- THE PROBLEM -
Every line below between the one holding "#132=IFCINDEXEDPOLYGONALFACE((5,7,8,6));" and the one holding "#144=IFCINDEXEDPOLYGONALFACE((5,7,8,6));", inclusive, should be copied exactly, and no other line.

*** TASK INPUT Section Begins ***

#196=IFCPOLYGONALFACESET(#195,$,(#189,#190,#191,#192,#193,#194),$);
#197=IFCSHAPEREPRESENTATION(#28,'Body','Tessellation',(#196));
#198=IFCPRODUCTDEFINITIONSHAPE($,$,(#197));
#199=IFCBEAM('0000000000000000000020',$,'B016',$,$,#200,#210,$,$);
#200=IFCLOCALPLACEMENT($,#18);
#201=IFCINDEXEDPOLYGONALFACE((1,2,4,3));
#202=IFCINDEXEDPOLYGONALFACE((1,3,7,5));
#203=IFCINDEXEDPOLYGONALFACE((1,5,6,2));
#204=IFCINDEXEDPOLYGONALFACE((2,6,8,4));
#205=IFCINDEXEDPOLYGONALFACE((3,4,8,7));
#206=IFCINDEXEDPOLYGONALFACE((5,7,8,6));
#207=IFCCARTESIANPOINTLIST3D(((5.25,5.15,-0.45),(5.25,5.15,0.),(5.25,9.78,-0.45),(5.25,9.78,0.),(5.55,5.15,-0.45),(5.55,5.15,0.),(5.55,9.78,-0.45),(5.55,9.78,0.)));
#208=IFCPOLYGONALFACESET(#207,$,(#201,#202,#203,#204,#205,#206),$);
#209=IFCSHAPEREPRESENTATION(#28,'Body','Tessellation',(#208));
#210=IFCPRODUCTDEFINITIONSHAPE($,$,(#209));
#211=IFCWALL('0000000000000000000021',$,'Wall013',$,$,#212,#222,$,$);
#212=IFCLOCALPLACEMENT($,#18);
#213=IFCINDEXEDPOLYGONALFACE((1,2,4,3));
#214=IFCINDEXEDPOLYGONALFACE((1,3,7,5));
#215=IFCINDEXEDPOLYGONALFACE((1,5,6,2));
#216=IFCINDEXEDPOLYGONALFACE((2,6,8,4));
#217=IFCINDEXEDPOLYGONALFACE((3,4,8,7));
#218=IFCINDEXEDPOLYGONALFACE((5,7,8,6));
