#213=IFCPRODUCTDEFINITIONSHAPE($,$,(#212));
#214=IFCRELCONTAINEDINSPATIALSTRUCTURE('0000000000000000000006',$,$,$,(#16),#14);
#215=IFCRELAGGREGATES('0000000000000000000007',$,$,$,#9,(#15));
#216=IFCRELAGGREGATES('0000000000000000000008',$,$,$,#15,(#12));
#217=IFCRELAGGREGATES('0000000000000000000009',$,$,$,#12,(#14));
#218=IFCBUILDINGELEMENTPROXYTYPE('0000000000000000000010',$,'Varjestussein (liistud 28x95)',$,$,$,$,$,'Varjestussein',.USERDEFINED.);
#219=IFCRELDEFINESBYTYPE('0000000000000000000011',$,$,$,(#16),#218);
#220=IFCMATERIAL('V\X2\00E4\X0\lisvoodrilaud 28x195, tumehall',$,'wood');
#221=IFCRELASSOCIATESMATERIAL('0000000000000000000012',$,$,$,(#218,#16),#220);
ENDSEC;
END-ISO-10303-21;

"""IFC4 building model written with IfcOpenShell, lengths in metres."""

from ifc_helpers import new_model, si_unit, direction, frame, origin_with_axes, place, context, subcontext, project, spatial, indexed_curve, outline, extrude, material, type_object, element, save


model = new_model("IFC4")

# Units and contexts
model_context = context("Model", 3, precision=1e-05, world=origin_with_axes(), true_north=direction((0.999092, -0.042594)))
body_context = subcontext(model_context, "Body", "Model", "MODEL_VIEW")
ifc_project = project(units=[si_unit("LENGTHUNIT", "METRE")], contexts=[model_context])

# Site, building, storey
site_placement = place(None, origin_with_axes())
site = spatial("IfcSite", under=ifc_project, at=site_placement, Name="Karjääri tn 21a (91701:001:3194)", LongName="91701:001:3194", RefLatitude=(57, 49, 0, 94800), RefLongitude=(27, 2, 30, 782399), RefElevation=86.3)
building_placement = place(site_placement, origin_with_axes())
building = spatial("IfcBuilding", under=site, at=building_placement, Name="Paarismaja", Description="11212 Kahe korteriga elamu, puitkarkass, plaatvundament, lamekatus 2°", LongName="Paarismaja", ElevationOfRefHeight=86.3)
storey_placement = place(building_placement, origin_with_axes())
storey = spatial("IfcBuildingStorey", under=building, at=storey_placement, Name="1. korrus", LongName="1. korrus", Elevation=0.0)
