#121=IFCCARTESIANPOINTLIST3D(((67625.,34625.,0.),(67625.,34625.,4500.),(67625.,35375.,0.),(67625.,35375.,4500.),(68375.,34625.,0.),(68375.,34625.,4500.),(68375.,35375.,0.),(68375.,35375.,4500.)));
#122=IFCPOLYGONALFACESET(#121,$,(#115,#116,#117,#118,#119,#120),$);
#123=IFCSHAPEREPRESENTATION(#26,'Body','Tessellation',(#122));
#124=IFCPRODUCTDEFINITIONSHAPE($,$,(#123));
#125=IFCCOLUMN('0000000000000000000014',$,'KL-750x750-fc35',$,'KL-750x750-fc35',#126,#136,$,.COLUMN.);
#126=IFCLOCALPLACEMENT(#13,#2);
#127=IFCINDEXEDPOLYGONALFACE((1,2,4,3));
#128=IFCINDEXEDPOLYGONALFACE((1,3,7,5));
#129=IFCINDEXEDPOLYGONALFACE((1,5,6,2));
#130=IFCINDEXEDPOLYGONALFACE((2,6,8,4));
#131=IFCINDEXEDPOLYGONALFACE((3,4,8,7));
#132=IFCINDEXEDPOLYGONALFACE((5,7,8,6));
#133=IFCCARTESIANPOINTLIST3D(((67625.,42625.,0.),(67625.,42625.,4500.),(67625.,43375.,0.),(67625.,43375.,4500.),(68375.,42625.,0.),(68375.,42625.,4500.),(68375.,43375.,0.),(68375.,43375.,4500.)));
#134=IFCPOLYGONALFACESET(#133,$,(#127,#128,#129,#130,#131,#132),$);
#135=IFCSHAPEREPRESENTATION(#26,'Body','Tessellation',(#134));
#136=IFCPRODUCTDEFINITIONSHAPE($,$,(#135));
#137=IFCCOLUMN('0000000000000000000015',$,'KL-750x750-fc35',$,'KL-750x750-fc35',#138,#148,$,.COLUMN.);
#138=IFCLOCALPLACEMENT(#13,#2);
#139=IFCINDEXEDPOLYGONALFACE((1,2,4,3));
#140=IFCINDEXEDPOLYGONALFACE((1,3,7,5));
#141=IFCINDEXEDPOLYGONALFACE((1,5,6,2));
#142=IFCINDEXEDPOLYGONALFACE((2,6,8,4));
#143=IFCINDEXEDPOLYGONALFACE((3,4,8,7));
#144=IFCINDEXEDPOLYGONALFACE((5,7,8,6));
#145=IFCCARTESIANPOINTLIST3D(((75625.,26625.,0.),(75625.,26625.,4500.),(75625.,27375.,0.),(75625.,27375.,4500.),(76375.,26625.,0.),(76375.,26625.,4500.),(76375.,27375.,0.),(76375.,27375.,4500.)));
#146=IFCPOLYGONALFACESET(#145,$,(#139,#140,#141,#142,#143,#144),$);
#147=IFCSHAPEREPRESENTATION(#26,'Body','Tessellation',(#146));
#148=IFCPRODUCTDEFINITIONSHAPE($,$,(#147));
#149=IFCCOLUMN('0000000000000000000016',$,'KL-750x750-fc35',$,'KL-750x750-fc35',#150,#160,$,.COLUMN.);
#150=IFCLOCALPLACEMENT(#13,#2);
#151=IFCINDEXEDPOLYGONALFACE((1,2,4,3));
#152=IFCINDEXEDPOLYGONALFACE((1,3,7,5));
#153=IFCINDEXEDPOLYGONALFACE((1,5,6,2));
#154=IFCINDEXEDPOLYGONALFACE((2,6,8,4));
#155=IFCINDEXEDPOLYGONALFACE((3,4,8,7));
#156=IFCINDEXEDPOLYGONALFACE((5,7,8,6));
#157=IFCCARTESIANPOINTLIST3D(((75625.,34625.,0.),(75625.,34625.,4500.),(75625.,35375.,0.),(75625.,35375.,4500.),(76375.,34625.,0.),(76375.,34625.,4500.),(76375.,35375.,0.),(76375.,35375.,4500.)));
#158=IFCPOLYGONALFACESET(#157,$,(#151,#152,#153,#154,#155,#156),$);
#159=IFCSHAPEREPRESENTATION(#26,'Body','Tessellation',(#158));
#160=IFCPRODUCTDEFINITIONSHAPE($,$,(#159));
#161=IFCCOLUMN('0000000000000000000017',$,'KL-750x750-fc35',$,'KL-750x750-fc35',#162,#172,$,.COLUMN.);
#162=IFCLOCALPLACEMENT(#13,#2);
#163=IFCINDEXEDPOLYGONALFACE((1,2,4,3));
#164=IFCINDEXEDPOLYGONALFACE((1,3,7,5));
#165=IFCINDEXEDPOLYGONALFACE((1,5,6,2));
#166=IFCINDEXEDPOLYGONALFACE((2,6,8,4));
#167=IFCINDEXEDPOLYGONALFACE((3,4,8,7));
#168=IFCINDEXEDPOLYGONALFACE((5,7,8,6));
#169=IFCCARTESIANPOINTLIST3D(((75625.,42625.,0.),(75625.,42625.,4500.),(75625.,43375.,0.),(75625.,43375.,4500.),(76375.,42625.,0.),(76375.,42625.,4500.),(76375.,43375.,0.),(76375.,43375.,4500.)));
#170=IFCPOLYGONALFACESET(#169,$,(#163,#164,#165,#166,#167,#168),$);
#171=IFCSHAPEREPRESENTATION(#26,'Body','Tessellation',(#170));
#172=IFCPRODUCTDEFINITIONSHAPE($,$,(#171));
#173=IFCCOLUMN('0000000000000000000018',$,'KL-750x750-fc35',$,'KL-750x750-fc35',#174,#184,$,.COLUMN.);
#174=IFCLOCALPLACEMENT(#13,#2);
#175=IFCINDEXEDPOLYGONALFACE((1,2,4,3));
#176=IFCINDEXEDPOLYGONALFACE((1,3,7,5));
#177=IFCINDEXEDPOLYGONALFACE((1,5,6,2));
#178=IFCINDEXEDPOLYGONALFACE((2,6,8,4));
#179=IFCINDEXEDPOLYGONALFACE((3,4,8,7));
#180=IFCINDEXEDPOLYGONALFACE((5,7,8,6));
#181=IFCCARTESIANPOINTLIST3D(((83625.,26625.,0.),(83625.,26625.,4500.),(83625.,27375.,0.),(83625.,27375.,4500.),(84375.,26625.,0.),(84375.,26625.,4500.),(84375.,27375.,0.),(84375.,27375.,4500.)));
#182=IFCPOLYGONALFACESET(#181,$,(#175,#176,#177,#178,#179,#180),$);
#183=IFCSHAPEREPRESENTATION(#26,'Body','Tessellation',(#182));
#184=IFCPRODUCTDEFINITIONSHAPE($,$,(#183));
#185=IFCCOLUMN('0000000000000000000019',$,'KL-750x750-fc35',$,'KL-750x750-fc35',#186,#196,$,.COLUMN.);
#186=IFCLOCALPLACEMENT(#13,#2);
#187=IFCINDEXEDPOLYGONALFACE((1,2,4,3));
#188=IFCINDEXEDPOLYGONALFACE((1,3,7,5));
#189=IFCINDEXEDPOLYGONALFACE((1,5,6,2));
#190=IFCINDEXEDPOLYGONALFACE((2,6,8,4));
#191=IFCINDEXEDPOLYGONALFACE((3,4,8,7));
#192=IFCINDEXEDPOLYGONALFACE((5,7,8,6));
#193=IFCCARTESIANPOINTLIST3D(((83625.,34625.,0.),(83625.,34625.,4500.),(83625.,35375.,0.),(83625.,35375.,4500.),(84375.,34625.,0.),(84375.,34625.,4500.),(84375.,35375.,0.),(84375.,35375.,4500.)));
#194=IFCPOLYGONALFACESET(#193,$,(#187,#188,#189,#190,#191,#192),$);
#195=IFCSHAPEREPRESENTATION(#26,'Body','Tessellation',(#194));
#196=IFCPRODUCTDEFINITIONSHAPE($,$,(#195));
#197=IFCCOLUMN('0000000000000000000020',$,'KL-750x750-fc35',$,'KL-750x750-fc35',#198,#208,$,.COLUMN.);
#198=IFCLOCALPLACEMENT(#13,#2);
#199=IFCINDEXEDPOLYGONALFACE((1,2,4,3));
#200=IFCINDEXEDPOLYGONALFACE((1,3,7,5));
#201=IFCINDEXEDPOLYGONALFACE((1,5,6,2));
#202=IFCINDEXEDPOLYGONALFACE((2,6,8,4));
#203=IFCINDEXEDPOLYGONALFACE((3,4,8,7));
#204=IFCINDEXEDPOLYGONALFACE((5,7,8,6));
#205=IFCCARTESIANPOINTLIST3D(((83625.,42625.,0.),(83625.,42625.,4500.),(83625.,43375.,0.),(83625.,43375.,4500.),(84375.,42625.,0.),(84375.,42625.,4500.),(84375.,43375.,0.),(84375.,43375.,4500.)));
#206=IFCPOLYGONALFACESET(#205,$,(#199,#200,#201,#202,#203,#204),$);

*** TASK INPUT Section Ends ***

- TASK ANSWER -
#132=IFCINDEXEDPOLYGONALFACE((5,7,8,6));
#133=IFCCARTESIANPOINTLIST3D(((67625.,42625.,0.),(67625.,42625.,4500.),(67625.,43375.,0.),(67625.,43375.,4500.),(68375.,42625.,0.),(68375.,42625.,4500.),(68375.,43375.,0.),(68375.,43375.,4500.)));
#134=IFCPOLYGONALFACESET(#133,$,(#127,#128,#129,#130,#131,#132),$);
#135=IFCSHAPEREPRESENTATION(#26,'Body','Tessellation',(#134));
#136=IFCPRODUCTDEFINITIONSHAPE($,$,(#135));
#137=IFCCOLUMN('0000000000000000000015',$,'KL-750x750-fc35',$,'KL-750x750-fc35',#138,#148,$,.COLUMN.);
#138=IFCLOCALPLACEMENT(#13,#2);
#139=IFCINDEXEDPOLYGONALFACE((1,2,4,3));
#140=IFCINDEXEDPOLYGONALFACE((1,3,7,5));
#141=IFCINDEXEDPOLYGONALFACE((1,5,6,2));
#142=IFCINDEXEDPOLYGONALFACE((2,6,8,4));
#143=IFCINDEXEDPOLYGONALFACE((3,4,8,7));
#144=IFCINDEXEDPOLYGONALFACE((5,7,8,6));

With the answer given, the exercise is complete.